→ WORK REQUEST
If a line in the entries includes "IFCSIUNIT", show that line.

Stored records
———
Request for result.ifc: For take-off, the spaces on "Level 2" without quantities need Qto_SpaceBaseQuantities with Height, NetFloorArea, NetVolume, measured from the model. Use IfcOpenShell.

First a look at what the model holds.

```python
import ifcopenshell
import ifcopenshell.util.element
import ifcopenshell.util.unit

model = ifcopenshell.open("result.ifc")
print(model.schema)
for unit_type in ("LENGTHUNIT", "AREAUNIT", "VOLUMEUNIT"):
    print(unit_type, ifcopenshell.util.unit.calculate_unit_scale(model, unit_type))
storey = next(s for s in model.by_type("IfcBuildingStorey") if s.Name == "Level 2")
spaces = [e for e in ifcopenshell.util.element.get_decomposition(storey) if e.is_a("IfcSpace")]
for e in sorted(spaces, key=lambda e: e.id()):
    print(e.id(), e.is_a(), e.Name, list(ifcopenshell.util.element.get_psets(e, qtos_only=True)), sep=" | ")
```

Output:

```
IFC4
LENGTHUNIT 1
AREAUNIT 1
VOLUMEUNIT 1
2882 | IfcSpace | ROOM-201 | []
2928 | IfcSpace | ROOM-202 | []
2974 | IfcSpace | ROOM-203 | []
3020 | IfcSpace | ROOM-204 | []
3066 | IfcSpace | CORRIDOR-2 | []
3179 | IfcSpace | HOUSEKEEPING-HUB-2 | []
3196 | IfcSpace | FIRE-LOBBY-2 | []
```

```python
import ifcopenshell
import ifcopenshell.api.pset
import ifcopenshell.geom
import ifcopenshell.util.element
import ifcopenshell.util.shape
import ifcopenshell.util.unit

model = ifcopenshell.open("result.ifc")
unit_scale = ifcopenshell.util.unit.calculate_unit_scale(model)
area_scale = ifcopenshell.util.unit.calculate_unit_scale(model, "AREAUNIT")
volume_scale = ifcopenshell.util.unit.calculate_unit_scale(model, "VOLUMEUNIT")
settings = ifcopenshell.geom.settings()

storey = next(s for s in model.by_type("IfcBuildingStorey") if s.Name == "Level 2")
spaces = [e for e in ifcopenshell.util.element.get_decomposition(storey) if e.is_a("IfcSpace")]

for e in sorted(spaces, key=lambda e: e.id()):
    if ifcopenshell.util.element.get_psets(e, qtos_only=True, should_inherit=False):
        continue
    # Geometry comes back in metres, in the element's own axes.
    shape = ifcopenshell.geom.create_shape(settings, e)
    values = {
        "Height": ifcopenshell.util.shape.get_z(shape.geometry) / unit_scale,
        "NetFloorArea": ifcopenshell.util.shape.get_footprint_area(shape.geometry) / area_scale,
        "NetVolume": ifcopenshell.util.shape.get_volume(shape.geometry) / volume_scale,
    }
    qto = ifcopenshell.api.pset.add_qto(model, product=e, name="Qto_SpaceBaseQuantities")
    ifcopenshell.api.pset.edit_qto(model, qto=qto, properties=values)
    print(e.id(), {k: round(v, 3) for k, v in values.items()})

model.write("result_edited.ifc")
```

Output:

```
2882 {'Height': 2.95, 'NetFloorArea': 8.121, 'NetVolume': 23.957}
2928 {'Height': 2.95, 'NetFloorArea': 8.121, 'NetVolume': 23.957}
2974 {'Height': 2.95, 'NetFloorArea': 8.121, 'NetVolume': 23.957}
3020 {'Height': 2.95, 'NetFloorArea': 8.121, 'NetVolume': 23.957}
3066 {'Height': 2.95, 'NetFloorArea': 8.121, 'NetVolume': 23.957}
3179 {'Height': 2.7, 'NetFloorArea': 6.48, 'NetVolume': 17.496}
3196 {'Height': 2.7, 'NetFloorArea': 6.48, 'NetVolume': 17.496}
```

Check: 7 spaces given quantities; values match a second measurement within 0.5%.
———
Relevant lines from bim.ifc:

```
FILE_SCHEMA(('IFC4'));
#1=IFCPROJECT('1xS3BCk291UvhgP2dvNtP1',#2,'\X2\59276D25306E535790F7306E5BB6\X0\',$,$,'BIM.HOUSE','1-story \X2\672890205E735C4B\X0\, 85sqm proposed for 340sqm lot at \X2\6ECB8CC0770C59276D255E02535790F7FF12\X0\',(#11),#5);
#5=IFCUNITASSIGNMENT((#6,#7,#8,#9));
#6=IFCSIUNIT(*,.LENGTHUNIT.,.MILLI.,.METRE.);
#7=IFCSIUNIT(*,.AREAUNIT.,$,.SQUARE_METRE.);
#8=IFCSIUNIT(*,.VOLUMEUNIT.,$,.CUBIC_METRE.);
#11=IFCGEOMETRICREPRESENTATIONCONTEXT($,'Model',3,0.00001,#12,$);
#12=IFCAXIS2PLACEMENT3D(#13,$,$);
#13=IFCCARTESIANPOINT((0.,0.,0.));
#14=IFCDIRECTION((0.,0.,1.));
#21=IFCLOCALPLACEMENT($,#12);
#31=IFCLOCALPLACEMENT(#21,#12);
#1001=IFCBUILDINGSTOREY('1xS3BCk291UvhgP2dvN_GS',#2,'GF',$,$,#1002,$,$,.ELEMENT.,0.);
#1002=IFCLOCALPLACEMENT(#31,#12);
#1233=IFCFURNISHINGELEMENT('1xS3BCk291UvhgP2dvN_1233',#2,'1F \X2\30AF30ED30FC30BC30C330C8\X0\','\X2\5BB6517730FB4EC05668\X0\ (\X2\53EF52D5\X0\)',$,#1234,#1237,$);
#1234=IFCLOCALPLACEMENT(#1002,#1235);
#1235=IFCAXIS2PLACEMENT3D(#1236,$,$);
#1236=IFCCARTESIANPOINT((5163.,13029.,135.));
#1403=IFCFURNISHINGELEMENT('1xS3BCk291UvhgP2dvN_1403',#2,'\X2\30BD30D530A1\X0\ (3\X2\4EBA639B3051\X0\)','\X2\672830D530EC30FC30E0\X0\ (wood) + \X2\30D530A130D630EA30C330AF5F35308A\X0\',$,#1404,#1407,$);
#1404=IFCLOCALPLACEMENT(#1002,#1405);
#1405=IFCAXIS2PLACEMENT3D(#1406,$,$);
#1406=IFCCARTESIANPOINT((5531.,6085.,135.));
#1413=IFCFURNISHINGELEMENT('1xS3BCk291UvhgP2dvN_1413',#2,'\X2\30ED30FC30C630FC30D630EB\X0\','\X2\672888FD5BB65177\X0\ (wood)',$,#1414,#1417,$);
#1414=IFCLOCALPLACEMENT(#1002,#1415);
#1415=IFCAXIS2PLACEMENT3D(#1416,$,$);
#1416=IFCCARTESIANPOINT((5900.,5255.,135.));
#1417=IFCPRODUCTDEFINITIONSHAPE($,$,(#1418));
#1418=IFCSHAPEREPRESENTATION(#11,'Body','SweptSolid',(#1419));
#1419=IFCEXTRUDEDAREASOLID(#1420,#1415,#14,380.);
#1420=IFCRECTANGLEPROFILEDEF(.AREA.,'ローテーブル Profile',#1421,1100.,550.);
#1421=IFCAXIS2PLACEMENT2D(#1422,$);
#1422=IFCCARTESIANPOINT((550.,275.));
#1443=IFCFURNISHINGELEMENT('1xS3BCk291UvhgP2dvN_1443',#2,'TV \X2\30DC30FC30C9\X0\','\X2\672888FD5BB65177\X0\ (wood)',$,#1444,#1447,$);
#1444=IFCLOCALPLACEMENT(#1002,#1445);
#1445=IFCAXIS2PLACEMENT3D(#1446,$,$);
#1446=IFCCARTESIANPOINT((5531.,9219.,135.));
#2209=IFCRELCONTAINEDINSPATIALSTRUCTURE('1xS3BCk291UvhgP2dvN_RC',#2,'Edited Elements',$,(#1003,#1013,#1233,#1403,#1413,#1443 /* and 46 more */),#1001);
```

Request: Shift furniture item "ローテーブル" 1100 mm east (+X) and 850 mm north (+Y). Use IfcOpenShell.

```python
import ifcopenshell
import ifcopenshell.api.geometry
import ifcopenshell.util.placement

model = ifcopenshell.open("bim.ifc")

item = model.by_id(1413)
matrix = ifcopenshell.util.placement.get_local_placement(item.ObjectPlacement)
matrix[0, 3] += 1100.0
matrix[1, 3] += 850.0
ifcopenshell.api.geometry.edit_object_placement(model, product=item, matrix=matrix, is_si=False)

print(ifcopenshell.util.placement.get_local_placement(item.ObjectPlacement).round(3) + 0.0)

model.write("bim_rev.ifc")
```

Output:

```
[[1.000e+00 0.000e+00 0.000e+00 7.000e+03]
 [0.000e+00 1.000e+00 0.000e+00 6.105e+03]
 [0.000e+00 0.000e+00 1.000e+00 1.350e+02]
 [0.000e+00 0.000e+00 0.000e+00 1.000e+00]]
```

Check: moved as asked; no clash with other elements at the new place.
———
→ ANSWER FOR THIS EXERCISE
#6=IFCSIUNIT(*,.LENGTHUNIT.,.MILLI.,.METRE.);
#7=IFCSIUNIT(*,.AREAUNIT.,$,.SQUARE_METRE.);
#8=IFCSIUNIT(*,.VOLUMEUNIT.,$,.CUBIC_METRE.);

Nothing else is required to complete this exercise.